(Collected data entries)
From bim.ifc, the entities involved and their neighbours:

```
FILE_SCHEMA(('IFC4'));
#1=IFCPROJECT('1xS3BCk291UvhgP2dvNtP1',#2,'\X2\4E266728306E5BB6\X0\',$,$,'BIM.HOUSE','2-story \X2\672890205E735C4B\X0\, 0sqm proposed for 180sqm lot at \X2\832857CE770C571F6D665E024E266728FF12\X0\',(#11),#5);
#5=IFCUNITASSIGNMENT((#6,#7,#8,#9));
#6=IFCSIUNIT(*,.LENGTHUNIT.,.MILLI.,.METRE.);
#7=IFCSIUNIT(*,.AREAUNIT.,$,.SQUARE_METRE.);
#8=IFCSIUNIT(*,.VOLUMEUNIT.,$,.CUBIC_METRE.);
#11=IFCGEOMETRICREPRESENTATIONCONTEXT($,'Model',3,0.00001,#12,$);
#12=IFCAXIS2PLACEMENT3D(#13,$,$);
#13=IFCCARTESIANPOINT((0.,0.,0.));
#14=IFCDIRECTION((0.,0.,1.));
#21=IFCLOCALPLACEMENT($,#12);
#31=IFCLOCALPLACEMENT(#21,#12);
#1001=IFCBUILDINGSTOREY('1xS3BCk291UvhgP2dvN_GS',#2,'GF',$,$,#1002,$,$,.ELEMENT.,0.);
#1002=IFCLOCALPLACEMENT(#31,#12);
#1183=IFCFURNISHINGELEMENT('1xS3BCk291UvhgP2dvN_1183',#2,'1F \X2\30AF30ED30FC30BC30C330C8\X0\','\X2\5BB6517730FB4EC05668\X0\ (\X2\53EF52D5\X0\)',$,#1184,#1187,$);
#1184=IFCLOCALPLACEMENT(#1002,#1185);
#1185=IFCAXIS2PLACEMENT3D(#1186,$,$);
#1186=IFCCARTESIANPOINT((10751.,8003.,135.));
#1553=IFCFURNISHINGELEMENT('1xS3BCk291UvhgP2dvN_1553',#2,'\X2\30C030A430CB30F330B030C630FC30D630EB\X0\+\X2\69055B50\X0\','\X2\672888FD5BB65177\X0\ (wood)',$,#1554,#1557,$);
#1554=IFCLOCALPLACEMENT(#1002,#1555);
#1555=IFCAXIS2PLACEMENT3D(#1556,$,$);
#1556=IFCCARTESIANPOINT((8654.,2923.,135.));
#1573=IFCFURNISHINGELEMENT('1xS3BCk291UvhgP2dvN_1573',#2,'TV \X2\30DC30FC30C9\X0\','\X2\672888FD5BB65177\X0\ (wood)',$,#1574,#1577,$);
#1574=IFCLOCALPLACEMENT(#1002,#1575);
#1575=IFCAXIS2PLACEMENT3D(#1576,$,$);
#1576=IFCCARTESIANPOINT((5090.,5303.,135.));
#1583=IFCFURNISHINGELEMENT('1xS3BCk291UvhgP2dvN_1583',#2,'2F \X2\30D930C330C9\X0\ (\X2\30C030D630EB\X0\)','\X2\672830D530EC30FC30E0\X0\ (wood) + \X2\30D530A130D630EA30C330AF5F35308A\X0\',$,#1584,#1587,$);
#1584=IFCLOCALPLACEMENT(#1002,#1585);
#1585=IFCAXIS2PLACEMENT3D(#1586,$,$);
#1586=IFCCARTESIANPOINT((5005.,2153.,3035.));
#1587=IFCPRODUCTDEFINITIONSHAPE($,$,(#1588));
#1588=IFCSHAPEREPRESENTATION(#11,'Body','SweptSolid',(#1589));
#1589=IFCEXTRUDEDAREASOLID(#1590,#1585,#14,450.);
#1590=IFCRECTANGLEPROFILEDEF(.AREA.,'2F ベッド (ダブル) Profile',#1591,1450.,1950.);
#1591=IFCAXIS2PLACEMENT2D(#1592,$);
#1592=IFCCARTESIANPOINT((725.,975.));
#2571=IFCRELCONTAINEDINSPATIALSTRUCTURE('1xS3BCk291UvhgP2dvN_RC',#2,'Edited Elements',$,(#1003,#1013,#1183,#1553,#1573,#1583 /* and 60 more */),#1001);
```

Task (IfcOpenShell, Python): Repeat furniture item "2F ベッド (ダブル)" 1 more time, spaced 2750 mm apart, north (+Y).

```python
import numpy as np
import ifcopenshell
import ifcopenshell.api.geometry
import ifcopenshell.api.root
import ifcopenshell.util.element
import ifcopenshell.util.placement

model = ifcopenshell.open("bim.ifc")


def reuse_history(source, copy):
    """copy_class also copies each property set's owner history, people and application; keep the originals."""
    for rel in copy.IsDefinedBy:
        if rel.is_a("IfcRelDefinesByProperties") and (history := rel.RelatingPropertyDefinition.OwnerHistory):
            rel.RelatingPropertyDefinition.OwnerHistory = source.OwnerHistory
            ifcopenshell.util.element.remove_deep2(model, history)


source = model.by_guid("1xS3BCk291UvhgP2dvN_1583")
base = ifcopenshell.util.placement.get_local_placement(source.ObjectPlacement)
step = np.array([0.0, 1.0, 0.0]) * 2750.0

for i in range(1, 2):
    copy = ifcopenshell.api.root.copy_class(model, product=source)
    copy.Representation = ifcopenshell.util.element.copy_deep(
        model, source.Representation, exclude=["IfcGeometricRepresentationContext", "IfcRepresentationMap"]
    )
    reuse_history(source, copy)
    matrix = base.copy()
    matrix[:3, 3] += i * step
    print("added at", matrix[:3, 3].round(3) + 0.0)
    ifcopenshell.api.geometry.edit_object_placement(model, product=copy, matrix=matrix, is_si=False)

model.write("bim_rev.ifc")
```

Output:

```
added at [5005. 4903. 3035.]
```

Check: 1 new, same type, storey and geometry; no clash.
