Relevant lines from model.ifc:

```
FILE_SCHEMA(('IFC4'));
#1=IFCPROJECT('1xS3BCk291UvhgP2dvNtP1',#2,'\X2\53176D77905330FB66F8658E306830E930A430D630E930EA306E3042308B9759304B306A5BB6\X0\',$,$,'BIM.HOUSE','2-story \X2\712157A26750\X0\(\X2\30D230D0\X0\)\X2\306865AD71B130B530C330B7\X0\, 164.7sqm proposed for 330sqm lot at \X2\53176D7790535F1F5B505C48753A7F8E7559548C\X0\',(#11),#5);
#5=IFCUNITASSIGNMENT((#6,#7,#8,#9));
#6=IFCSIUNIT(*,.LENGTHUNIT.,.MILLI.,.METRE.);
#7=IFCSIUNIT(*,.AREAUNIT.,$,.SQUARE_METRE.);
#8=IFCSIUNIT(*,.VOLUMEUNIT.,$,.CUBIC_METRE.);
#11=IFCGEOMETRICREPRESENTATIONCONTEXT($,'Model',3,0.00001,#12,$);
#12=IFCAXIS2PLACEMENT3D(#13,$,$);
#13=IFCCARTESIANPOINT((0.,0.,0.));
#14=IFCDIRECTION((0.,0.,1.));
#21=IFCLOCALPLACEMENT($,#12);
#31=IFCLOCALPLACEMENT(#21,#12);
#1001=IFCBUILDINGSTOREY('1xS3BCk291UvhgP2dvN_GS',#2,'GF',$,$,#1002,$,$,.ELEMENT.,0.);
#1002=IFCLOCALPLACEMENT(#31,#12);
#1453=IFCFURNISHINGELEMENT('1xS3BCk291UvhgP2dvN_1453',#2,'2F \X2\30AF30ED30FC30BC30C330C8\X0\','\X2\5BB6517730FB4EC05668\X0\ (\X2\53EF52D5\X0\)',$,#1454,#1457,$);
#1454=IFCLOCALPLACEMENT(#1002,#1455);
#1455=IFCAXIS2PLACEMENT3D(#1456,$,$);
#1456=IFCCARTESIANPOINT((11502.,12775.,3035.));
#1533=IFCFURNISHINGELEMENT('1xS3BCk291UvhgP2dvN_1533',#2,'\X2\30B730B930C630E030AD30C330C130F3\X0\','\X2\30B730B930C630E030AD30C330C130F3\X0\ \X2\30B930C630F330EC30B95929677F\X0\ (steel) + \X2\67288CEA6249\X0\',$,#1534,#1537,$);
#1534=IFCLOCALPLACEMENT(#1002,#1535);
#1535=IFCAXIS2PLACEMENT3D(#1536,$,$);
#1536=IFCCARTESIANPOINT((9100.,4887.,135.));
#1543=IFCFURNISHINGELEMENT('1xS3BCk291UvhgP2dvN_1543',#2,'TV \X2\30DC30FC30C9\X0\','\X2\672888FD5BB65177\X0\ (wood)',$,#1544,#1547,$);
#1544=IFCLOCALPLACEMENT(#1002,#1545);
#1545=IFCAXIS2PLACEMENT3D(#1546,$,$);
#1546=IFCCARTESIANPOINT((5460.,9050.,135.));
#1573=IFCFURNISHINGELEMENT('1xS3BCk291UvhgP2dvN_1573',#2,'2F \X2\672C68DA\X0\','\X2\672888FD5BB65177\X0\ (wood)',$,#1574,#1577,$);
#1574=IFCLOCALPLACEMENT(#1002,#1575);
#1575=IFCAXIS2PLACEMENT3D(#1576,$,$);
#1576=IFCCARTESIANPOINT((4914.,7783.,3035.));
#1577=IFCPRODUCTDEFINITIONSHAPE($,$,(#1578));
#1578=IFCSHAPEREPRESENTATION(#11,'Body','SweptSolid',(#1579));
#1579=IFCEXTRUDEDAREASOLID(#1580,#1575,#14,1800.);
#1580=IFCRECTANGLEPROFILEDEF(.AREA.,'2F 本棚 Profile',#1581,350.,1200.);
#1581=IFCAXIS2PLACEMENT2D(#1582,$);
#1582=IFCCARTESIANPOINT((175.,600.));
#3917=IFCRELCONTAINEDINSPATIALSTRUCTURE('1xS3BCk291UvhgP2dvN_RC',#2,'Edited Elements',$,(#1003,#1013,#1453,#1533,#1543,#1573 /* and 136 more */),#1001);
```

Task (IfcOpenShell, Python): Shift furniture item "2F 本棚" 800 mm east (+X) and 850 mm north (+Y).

```python
import ifcopenshell
import ifcopenshell.api.geometry
import ifcopenshell.util.placement
import ifcopenshell.util.unit

model = ifcopenshell.open("model.ifc")
unit_scale = ifcopenshell.util.unit.calculate_unit_scale(model)

item = model.by_guid("1xS3BCk291UvhgP2dvN_1573")
matrix = ifcopenshell.util.placement.get_local_placement(item.ObjectPlacement)
matrix[0, 3] += 0.8 / unit_scale
matrix[1, 3] += 0.85 / unit_scale
ifcopenshell.api.geometry.edit_object_placement(model, product=item, matrix=matrix, is_si=False)

print(ifcopenshell.util.placement.get_local_placement(item.ObjectPlacement).round(3) + 0.0)

model.write("model_rev.ifc")
```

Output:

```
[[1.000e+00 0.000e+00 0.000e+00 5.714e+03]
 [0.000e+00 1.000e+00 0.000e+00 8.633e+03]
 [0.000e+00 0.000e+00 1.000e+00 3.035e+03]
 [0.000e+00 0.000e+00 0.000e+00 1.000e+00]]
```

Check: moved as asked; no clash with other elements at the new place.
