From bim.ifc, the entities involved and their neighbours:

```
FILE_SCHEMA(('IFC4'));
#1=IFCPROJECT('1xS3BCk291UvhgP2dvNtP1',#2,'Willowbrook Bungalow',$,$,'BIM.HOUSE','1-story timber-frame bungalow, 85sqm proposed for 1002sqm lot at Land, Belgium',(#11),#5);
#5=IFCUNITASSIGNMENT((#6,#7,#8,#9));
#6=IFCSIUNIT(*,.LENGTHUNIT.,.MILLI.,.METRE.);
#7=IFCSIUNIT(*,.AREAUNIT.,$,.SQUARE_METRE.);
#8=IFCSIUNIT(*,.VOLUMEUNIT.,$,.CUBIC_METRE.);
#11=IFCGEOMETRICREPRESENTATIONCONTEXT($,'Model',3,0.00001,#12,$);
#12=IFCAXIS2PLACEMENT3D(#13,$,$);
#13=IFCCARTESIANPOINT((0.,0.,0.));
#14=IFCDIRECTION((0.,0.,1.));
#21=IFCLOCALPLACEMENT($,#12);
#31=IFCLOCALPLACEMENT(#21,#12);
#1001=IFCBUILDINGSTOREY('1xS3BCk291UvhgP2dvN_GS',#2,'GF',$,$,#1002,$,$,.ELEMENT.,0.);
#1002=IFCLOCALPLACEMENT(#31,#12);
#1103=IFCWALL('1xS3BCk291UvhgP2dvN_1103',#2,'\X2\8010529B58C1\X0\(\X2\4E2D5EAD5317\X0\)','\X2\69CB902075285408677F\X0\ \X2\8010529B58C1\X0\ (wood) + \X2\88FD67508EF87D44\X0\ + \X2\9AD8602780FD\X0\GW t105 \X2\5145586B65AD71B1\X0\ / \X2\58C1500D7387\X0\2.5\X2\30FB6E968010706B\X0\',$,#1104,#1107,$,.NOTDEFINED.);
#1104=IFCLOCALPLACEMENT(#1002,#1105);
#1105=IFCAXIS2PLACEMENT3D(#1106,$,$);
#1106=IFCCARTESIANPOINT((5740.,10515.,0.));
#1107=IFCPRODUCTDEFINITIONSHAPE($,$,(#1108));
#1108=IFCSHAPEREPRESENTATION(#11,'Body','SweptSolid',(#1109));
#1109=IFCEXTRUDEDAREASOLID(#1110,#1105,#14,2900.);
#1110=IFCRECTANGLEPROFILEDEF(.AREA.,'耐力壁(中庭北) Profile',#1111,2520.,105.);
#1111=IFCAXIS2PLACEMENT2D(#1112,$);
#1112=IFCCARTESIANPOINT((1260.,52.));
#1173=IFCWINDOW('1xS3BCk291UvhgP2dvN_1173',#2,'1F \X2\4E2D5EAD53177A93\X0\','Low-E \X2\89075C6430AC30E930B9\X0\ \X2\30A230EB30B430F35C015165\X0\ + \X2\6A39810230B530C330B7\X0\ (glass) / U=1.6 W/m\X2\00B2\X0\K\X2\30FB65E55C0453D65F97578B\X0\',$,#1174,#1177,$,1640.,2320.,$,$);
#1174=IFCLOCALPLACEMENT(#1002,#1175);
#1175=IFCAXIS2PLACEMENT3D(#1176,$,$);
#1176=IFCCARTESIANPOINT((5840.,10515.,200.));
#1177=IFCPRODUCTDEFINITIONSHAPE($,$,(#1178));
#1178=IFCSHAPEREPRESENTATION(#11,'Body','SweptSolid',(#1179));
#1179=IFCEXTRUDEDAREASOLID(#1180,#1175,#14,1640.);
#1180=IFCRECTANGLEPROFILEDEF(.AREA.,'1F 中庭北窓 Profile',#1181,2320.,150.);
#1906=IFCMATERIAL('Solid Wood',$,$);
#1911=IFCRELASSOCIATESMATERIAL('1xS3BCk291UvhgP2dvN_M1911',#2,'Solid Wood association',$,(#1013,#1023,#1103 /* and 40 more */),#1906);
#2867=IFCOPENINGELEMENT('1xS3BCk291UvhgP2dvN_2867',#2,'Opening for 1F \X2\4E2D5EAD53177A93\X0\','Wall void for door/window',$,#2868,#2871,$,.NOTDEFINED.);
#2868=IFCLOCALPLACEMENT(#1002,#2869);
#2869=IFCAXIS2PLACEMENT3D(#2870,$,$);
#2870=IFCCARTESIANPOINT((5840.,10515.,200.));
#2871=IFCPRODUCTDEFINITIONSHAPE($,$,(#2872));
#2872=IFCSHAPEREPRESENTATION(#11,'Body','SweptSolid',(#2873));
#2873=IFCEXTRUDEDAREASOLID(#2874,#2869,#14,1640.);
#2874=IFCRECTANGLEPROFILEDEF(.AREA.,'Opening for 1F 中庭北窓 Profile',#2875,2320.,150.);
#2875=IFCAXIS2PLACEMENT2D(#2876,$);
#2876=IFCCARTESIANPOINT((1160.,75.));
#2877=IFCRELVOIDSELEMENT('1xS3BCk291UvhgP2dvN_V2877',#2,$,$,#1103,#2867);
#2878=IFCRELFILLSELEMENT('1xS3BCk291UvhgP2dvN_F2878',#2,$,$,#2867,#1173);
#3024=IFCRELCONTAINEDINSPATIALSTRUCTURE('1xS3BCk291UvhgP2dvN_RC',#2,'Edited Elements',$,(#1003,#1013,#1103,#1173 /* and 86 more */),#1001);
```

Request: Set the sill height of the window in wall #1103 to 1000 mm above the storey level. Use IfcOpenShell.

```python
import numpy as np
import ifcopenshell
import ifcopenshell.api.geometry
import ifcopenshell.geom
import ifcopenshell.util.element
import ifcopenshell.util.placement
import ifcopenshell.util.shape
import ifcopenshell.util.unit

model = ifcopenshell.open("bim.ifc")
unit_scale = ifcopenshell.util.unit.calculate_unit_scale(model)

window = model.by_guid("1xS3BCk291UvhgP2dvN_1173")
opening = window.FillsVoids[0].RelatingOpeningElement
storey = ifcopenshell.util.element.get_container(window, ifc_class="IfcBuildingStorey")
level = ifcopenshell.util.placement.get_local_placement(storey.ObjectPlacement)[2, 3]

# The opening's origin need not be at the sill, so measure its lowest point.
shape = ifcopenshell.geom.create_shape(ifcopenshell.geom.settings(), opening)
bottom = ifcopenshell.util.shape.get_shape_bottom_elevation(shape, shape.geometry) / unit_scale
dz = level + 1000.0 - bottom

shift = np.array([0.0, 0.0, dz])
# The window is not placed relative to its opening, so move both.
for product in (opening, window):
    matrix = ifcopenshell.util.placement.get_local_placement(product.ObjectPlacement)
    matrix[:3, 3] += shift
    ifcopenshell.api.geometry.edit_object_placement(model, product=product, matrix=matrix, is_si=False)

print(f"moved by {dz * unit_scale:+.3f} m")

model.write("bim_rev.ifc")
```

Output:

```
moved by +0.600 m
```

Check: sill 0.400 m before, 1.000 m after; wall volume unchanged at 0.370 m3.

__About this exercise__: If a line in the data above contains "Body", return that line.

__Expected output__:
#1588=IFCSHAPEREPRESENTATION(#11,'Body','SweptSolid',(#1589));
#1578=IFCSHAPEREPRESENTATION(#11,'Body','SweptSolid',(#1579));
#1108=IFCSHAPEREPRESENTATION(#11,'Body','SweptSolid',(#1109));
#1178=IFCSHAPEREPRESENTATION(#11,'Body','SweptSolid',(#1179));
#2872=IFCSHAPEREPRESENTATION(#11,'Body','SweptSolid',(#2873));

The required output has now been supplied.